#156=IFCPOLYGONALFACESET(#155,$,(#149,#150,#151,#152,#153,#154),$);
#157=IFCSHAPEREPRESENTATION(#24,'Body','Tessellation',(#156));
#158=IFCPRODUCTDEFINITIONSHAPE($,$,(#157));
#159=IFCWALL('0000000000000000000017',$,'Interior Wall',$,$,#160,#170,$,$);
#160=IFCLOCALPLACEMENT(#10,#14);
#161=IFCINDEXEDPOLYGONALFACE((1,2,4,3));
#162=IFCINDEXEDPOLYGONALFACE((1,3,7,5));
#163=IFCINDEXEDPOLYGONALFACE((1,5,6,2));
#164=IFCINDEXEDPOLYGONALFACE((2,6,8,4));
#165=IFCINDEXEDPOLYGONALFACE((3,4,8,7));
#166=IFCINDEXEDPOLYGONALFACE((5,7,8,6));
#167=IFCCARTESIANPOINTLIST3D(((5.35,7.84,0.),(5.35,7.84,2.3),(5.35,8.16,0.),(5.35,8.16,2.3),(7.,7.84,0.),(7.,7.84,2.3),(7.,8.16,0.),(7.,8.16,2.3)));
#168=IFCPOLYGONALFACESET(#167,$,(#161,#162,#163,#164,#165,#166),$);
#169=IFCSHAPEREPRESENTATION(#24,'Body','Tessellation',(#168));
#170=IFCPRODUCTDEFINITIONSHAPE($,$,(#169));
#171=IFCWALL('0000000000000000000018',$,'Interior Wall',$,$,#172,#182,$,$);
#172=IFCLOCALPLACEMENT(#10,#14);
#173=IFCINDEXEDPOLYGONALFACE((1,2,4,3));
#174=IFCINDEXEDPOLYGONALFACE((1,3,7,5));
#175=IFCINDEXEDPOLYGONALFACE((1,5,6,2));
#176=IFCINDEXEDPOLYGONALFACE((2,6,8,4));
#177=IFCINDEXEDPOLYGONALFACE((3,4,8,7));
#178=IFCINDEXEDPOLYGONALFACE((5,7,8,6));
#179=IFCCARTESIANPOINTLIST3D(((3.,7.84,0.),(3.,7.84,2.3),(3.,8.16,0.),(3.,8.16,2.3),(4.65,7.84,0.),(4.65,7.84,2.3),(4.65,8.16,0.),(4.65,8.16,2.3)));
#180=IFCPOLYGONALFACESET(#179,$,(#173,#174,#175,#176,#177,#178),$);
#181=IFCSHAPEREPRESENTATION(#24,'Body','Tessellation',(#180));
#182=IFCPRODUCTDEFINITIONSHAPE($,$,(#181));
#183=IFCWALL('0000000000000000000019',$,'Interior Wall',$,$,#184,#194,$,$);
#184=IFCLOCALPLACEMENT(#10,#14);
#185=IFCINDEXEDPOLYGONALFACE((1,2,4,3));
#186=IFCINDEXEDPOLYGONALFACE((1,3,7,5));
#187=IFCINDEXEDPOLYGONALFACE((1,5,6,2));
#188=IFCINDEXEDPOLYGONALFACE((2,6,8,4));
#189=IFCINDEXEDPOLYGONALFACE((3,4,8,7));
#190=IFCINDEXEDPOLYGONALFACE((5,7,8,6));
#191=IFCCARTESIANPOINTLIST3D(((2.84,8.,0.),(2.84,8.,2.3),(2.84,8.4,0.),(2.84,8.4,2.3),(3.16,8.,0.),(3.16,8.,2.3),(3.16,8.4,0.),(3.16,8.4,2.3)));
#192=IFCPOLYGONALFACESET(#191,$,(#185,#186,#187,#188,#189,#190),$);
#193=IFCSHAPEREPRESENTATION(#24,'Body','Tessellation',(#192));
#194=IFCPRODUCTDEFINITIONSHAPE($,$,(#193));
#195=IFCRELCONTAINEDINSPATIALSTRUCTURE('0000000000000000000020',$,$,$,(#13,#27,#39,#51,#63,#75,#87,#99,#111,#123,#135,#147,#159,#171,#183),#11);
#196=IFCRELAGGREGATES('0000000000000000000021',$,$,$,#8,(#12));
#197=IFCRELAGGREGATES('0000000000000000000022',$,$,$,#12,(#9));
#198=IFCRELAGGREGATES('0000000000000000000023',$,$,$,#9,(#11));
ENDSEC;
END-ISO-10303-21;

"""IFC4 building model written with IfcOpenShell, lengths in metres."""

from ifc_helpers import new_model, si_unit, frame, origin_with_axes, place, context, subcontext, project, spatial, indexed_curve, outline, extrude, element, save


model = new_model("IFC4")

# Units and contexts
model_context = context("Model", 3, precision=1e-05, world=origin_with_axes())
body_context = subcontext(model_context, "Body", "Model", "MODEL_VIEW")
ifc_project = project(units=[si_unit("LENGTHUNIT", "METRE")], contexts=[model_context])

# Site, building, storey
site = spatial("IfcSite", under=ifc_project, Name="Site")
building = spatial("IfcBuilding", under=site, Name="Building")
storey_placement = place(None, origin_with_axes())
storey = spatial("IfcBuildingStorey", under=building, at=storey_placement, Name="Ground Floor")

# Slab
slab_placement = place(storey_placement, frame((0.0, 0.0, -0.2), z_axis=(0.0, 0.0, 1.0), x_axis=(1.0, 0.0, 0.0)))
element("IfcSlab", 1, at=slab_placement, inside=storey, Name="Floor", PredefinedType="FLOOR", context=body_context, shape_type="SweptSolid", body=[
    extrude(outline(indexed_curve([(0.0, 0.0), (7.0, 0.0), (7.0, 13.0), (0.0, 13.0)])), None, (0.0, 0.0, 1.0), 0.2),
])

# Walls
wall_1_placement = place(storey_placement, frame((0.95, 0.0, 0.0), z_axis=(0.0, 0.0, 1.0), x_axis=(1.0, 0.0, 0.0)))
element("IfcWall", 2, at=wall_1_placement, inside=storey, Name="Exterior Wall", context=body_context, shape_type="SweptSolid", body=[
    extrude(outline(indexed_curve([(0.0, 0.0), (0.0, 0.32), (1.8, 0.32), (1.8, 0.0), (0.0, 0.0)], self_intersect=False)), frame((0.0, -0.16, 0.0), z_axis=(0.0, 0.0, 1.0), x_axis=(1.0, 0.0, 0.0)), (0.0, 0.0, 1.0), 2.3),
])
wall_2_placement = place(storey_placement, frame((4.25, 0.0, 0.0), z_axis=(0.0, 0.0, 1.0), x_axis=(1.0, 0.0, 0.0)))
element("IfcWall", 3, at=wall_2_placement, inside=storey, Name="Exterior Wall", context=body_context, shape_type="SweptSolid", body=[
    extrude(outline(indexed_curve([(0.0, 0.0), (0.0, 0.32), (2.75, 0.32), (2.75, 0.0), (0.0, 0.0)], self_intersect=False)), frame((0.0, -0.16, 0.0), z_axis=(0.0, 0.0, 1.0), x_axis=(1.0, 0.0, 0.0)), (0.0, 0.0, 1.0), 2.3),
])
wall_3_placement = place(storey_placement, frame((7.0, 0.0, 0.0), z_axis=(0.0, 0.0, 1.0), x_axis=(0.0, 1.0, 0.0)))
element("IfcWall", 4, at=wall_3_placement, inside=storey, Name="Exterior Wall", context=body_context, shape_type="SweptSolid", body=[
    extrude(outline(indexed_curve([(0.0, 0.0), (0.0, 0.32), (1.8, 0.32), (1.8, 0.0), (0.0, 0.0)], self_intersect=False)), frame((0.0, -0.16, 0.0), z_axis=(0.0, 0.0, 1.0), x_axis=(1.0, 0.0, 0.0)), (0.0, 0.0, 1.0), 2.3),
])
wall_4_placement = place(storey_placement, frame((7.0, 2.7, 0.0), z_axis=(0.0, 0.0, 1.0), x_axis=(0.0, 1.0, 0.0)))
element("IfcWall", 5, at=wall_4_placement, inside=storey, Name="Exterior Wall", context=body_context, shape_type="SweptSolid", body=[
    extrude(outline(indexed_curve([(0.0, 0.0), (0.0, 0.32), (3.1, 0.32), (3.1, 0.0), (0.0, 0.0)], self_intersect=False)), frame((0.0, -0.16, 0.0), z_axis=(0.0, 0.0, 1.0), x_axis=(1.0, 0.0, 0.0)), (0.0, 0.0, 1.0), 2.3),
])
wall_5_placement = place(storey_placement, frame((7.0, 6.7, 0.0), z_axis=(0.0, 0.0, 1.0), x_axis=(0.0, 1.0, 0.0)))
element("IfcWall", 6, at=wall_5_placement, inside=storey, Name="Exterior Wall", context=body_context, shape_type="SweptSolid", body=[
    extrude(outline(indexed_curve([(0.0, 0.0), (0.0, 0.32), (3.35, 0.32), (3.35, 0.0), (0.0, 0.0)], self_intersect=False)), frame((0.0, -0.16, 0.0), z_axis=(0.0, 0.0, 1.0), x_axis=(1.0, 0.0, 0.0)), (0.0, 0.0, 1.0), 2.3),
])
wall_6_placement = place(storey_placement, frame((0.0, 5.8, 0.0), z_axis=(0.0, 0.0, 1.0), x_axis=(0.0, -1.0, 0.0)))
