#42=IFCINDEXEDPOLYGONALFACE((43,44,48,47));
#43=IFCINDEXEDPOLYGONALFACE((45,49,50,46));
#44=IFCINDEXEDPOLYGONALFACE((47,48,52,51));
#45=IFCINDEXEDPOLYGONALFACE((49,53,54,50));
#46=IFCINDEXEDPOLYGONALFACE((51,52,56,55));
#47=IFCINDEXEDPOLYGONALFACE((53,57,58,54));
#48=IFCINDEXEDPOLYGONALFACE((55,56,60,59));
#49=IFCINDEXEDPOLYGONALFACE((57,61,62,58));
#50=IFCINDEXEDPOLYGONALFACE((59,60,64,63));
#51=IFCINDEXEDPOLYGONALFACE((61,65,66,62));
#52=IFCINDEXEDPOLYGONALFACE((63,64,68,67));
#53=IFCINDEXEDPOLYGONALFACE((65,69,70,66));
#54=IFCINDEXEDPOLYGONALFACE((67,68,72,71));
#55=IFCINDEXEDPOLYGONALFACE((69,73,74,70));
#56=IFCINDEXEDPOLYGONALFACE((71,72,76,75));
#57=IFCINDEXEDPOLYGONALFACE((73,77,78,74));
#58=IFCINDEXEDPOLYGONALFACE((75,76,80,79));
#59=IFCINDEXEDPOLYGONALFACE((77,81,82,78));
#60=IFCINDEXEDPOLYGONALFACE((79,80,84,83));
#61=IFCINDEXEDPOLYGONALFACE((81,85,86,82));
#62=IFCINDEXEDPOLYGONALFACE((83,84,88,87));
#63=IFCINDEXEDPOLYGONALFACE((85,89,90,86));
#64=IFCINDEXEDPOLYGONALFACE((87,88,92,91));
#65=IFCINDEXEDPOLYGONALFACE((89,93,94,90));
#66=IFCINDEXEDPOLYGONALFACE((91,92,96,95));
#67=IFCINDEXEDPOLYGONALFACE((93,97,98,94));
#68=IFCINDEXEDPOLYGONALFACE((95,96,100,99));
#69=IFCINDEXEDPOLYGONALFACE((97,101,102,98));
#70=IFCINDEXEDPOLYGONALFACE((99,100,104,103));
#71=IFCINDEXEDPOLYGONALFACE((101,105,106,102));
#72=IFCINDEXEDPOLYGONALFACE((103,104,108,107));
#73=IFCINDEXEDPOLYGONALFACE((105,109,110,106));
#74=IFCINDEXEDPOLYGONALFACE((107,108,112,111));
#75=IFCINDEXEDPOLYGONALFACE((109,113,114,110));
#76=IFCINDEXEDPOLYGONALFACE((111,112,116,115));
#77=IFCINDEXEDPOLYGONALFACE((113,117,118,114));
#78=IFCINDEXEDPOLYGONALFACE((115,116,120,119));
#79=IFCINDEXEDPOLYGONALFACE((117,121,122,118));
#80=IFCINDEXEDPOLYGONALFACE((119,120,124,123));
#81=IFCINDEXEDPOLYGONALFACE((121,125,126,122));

▬▬▬▬▬▬▬▬▬▬

Start at the line containing "#46=IFCINDEXEDPOLYGONALFACE((51,52,56,55));". Repeat it and each line after it, word for word, to the end of the records.

Your solution
#46=IFCINDEXEDPOLYGONALFACE((51,52,56,55));
#47=IFCINDEXEDPOLYGONALFACE((53,57,58,54));
#48=IFCINDEXEDPOLYGONALFACE((55,56,60,59));
#49=IFCINDEXEDPOLYGONALFACE((57,61,62,58));
#50=IFCINDEXEDPOLYGONALFACE((59,60,64,63));
#51=IFCINDEXEDPOLYGONALFACE((61,65,66,62));
#52=IFCINDEXEDPOLYGONALFACE((63,64,68,67));
#53=IFCINDEXEDPOLYGONALFACE((65,69,70,66));
#54=IFCINDEXEDPOLYGONALFACE((67,68,72,71));
#55=IFCINDEXEDPOLYGONALFACE((69,73,74,70));
#56=IFCINDEXEDPOLYGONALFACE((71,72,76,75));
#57=IFCINDEXEDPOLYGONALFACE((73,77,78,74));
#58=IFCINDEXEDPOLYGONALFACE((75,76,80,79));
#59=IFCINDEXEDPOLYGONALFACE((77,81,82,78));
#60=IFCINDEXEDPOLYGONALFACE((79,80,84,83));
#61=IFCINDEXEDPOLYGONALFACE((81,85,86,82));
#62=IFCINDEXEDPOLYGONALFACE((83,84,88,87));
#63=IFCINDEXEDPOLYGONALFACE((85,89,90,86));
#64=IFCINDEXEDPOLYGONALFACE((87,88,92,91));
#65=IFCINDEXEDPOLYGONALFACE((89,93,94,90));
#66=IFCINDEXEDPOLYGONALFACE((91,92,96,95));
#67=IFCINDEXEDPOLYGONALFACE((93,97,98,94));
#68=IFCINDEXEDPOLYGONALFACE((95,96,100,99));
#69=IFCINDEXEDPOLYGONALFACE((97,101,102,98));
#70=IFCINDEXEDPOLYGONALFACE((99,100,104,103));
#71=IFCINDEXEDPOLYGONALFACE((101,105,106,102));
#72=IFCINDEXEDPOLYGONALFACE((103,104,108,107));
#73=IFCINDEXEDPOLYGONALFACE((105,109,110,106));
#74=IFCINDEXEDPOLYGONALFACE((107,108,112,111));
#75=IFCINDEXEDPOLYGONALFACE((109,113,114,110));
#76=IFCINDEXEDPOLYGONALFACE((111,112,116,115));
#77=IFCINDEXEDPOLYGONALFACE((113,117,118,114));
#78=IFCINDEXEDPOLYGONALFACE((115,116,120,119));
#79=IFCINDEXEDPOLYGONALFACE((117,121,122,118));
#80=IFCINDEXEDPOLYGONALFACE((119,120,124,123));
#81=IFCINDEXEDPOLYGONALFACE((121,125,126,122));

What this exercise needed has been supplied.